**PROVIDED DATA**
[Start of section]

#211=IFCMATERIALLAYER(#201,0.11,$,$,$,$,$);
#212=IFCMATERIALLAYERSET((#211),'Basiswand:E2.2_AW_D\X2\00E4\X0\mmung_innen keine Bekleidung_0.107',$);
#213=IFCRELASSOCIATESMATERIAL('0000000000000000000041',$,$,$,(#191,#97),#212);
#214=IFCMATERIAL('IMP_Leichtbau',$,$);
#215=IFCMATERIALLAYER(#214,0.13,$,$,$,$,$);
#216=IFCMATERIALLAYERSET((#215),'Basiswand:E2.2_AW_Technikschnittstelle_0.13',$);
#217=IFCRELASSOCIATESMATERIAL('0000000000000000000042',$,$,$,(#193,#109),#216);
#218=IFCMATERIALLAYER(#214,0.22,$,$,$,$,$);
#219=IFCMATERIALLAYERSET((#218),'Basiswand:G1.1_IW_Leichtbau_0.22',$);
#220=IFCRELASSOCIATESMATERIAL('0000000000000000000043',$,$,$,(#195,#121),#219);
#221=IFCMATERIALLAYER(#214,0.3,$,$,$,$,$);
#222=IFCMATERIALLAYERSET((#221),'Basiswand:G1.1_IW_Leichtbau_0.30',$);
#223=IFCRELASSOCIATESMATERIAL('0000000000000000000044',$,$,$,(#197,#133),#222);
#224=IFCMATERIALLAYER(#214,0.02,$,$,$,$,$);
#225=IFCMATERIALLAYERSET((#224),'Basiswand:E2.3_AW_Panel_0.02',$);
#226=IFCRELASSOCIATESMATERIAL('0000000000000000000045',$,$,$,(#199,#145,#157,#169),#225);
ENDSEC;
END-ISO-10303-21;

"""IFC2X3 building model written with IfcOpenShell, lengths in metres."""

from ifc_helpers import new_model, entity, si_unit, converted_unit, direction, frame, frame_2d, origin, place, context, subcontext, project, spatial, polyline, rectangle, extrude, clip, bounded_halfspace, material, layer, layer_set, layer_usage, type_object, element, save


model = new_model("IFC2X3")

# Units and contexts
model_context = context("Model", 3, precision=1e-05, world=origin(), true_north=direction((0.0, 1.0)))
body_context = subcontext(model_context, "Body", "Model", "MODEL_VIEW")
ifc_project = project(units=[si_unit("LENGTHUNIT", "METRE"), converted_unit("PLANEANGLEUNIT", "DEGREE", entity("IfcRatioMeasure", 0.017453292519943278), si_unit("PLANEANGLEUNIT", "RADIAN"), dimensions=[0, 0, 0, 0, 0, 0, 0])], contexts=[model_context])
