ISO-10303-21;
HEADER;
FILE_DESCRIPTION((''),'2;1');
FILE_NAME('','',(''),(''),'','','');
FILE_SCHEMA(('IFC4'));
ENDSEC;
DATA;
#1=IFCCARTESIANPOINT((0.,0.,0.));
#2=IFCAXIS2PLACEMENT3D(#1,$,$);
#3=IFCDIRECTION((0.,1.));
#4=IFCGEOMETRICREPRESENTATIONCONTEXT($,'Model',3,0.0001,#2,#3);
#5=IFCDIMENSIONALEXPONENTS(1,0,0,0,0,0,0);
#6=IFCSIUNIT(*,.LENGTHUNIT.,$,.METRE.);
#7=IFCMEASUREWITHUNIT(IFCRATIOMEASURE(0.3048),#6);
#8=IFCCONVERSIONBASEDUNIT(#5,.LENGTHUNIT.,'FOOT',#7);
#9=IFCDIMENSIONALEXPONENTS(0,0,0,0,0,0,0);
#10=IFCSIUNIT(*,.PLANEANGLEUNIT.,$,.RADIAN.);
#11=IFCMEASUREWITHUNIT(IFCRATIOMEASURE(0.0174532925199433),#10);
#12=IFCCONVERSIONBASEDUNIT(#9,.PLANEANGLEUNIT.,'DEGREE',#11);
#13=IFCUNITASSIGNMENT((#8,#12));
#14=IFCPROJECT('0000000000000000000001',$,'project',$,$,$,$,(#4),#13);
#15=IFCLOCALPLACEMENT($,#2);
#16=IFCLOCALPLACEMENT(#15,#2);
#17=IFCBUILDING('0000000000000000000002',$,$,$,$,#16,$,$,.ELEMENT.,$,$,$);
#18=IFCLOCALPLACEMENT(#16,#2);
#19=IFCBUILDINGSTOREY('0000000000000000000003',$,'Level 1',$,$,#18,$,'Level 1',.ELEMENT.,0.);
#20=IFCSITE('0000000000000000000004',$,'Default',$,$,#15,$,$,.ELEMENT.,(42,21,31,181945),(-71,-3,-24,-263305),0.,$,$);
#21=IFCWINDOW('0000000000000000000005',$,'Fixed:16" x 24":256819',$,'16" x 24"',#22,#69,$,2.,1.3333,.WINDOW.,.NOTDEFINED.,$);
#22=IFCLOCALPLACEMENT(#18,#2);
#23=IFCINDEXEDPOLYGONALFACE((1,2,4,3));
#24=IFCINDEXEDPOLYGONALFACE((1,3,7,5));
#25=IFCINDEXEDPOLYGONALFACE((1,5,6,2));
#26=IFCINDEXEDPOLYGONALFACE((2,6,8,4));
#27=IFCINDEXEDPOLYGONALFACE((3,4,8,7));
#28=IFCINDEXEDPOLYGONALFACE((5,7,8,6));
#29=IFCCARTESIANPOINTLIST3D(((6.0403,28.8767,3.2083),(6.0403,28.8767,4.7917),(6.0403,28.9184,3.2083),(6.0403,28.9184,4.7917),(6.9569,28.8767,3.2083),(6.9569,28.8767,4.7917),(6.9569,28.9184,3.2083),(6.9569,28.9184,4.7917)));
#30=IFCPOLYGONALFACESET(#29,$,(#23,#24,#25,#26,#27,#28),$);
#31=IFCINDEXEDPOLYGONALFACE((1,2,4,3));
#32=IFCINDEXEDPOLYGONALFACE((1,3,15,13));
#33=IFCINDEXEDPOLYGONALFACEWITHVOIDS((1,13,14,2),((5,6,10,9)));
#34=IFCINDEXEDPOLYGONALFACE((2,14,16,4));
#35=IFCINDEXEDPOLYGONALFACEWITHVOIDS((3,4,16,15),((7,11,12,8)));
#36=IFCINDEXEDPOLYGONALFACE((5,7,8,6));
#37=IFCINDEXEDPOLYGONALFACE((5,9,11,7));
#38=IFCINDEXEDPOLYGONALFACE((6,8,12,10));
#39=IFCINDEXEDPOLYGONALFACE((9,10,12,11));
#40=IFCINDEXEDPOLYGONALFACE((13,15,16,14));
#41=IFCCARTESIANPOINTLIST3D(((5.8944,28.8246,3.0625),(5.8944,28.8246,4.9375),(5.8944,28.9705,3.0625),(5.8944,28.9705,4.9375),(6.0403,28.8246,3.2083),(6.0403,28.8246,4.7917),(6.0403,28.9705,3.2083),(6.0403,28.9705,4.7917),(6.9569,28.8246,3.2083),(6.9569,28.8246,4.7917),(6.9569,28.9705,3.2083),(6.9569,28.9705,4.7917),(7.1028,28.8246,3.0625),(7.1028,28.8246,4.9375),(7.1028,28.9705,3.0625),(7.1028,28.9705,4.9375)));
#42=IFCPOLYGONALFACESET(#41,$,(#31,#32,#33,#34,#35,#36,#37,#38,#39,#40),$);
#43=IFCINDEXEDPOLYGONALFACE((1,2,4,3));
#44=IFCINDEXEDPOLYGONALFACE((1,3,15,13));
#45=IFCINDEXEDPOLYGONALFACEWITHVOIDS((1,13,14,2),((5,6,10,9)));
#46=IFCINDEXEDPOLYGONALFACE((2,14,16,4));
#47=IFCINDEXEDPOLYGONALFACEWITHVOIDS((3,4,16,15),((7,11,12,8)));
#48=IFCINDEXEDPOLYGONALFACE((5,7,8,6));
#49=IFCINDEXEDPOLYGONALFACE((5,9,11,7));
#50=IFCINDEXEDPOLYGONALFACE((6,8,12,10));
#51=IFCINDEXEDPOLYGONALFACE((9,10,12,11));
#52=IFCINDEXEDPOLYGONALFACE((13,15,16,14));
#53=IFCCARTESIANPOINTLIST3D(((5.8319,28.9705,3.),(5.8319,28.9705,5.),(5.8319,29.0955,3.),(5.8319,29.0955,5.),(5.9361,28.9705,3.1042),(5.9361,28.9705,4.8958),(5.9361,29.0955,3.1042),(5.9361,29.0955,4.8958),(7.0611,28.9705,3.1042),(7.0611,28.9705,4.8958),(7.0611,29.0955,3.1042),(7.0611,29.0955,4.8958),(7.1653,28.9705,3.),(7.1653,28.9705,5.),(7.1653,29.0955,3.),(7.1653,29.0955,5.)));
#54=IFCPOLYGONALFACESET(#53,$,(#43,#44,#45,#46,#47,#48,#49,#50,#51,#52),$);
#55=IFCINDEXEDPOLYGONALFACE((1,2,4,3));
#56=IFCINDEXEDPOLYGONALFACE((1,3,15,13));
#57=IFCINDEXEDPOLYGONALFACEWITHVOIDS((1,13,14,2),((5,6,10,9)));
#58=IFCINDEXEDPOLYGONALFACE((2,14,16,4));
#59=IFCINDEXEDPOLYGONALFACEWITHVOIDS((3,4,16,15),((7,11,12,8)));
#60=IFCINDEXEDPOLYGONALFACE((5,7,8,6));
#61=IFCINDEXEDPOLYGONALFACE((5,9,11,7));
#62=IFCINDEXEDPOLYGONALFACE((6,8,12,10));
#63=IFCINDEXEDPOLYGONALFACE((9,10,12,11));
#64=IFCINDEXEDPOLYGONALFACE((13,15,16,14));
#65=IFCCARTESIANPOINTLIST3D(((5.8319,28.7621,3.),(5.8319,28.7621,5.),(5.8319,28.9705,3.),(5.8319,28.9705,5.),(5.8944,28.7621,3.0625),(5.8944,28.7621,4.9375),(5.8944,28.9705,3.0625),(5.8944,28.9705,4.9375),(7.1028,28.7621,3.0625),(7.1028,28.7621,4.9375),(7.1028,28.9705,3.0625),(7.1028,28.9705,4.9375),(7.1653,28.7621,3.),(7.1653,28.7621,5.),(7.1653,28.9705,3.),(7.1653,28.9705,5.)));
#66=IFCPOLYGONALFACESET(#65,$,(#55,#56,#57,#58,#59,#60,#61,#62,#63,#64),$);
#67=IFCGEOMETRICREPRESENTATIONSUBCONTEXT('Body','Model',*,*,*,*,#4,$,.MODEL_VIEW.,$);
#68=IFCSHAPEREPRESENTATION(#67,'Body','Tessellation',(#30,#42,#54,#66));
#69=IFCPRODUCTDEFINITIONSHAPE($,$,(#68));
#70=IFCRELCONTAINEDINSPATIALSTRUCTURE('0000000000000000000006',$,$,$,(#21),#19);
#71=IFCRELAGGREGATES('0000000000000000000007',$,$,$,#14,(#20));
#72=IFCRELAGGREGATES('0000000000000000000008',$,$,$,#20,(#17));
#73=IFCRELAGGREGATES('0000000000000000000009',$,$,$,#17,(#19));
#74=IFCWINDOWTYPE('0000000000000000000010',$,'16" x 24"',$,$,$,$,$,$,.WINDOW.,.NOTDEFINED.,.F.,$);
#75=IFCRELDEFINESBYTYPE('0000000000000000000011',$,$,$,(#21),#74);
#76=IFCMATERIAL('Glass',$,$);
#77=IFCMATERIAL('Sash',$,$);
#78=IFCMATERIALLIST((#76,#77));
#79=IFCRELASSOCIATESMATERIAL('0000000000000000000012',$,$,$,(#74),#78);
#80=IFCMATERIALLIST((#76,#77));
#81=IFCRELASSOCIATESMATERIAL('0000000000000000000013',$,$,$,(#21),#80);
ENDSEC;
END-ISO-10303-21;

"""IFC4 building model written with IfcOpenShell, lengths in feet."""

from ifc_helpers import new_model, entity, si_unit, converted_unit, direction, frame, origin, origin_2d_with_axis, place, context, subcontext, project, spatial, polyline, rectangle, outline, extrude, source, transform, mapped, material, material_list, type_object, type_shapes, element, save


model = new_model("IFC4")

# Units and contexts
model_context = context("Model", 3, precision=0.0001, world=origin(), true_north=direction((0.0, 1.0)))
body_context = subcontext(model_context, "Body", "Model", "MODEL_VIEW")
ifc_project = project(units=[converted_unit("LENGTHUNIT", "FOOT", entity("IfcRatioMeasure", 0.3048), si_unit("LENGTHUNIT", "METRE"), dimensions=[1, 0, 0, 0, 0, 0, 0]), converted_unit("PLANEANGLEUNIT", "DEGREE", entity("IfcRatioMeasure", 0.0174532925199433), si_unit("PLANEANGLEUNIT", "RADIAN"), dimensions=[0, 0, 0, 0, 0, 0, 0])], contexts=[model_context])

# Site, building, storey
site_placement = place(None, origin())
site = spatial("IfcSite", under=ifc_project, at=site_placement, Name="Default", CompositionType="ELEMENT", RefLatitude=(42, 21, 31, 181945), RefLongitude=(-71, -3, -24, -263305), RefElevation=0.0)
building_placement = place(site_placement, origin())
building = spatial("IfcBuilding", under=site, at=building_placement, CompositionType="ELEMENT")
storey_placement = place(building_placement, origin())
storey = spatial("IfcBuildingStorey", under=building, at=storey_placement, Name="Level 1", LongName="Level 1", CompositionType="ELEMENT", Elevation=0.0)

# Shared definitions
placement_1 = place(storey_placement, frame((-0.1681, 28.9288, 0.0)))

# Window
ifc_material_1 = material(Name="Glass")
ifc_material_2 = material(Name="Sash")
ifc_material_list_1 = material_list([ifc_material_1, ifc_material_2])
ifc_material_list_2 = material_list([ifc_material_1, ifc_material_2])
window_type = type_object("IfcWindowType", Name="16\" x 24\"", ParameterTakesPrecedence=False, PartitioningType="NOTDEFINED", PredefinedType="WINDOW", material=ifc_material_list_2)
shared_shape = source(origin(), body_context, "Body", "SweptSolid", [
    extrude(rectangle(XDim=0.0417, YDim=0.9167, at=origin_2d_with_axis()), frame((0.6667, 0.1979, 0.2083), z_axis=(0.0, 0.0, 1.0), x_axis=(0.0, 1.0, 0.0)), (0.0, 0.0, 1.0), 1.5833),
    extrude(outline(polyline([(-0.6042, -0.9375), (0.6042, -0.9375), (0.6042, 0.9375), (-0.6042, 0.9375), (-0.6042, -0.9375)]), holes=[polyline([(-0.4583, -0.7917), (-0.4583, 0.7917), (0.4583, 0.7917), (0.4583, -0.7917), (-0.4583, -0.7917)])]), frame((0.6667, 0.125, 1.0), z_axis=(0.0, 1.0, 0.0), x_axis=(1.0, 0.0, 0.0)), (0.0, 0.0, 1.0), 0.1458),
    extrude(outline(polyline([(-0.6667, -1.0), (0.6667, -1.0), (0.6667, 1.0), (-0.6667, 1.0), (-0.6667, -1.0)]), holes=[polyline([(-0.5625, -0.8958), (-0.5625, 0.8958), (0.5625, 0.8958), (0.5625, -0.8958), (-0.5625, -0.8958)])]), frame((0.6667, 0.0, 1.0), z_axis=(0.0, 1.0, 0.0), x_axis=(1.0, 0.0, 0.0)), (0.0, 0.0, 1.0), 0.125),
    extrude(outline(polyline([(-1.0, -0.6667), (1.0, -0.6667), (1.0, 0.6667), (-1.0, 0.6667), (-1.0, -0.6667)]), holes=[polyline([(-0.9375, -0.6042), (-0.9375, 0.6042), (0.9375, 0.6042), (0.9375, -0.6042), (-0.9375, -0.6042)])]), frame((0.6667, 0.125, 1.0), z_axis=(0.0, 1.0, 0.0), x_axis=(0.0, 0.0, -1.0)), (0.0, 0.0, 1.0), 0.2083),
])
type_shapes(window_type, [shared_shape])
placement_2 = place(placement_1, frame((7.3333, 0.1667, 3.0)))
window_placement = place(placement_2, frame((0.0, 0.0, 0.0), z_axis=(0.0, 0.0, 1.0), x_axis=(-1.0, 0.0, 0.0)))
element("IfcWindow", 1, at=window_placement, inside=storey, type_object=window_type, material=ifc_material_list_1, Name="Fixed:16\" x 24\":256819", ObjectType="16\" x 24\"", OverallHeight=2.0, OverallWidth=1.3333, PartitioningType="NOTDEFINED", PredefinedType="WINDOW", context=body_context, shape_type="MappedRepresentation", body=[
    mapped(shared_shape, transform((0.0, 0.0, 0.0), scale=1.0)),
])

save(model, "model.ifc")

[End of section]

**WORK TO COMPLETE**
After locating the line with "#26=IFCINDEXEDPOLYGONALFACE((2,6,8,4));" in the material above, return it and each line after it exactly, ending at the line with "#52=IFCINDEXEDPOLYGONALFACE((13,15,16,14));".

**EXERCISE RESULT**
#26=IFCINDEXEDPOLYGONALFACE((2,6,8,4));
#27=IFCINDEXEDPOLYGONALFACE((3,4,8,7));
#28=IFCINDEXEDPOLYGONALFACE((5,7,8,6));
#29=IFCCARTESIANPOINTLIST3D(((6.0403,28.8767,3.2083),(6.0403,28.8767,4.7917),(6.0403,28.9184,3.2083),(6.0403,28.9184,4.7917),(6.9569,28.8767,3.2083),(6.9569,28.8767,4.7917),(6.9569,28.9184,3.2083),(6.9569,28.9184,4.7917)));
#30=IFCPOLYGONALFACESET(#29,$,(#23,#24,#25,#26,#27,#28),$);
#31=IFCINDEXEDPOLYGONALFACE((1,2,4,3));
#32=IFCINDEXEDPOLYGONALFACE((1,3,15,13));
#33=IFCINDEXEDPOLYGONALFACEWITHVOIDS((1,13,14,2),((5,6,10,9)));
#34=IFCINDEXEDPOLYGONALFACE((2,14,16,4));
#35=IFCINDEXEDPOLYGONALFACEWITHVOIDS((3,4,16,15),((7,11,12,8)));
#36=IFCINDEXEDPOLYGONALFACE((5,7,8,6));
#37=IFCINDEXEDPOLYGONALFACE((5,9,11,7));
#38=IFCINDEXEDPOLYGONALFACE((6,8,12,10));
#39=IFCINDEXEDPOLYGONALFACE((9,10,12,11));
#40=IFCINDEXEDPOLYGONALFACE((13,15,16,14));
#41=IFCCARTESIANPOINTLIST3D(((5.8944,28.8246,3.0625),(5.8944,28.8246,4.9375),(5.8944,28.9705,3.0625),(5.8944,28.9705,4.9375),(6.0403,28.8246,3.2083),(6.0403,28.8246,4.7917),(6.0403,28.9705,3.2083),(6.0403,28.9705,4.7917),(6.9569,28.8246,3.2083),(6.9569,28.8246,4.7917),(6.9569,28.9705,3.2083),(6.9569,28.9705,4.7917),(7.1028,28.8246,3.0625),(7.1028,28.8246,4.9375),(7.1028,28.9705,3.0625),(7.1028,28.9705,4.9375)));
#42=IFCPOLYGONALFACESET(#41,$,(#31,#32,#33,#34,#35,#36,#37,#38,#39,#40),$);
#43=IFCINDEXEDPOLYGONALFACE((1,2,4,3));
#44=IFCINDEXEDPOLYGONALFACE((1,3,15,13));
#45=IFCINDEXEDPOLYGONALFACEWITHVOIDS((1,13,14,2),((5,6,10,9)));
#46=IFCINDEXEDPOLYGONALFACE((2,14,16,4));
#47=IFCINDEXEDPOLYGONALFACEWITHVOIDS((3,4,16,15),((7,11,12,8)));
#48=IFCINDEXEDPOLYGONALFACE((5,7,8,6));
#49=IFCINDEXEDPOLYGONALFACE((5,9,11,7));
#50=IFCINDEXEDPOLYGONALFACE((6,8,12,10));
#51=IFCINDEXEDPOLYGONALFACE((9,10,12,11));
#52=IFCINDEXEDPOLYGONALFACE((13,15,16,14));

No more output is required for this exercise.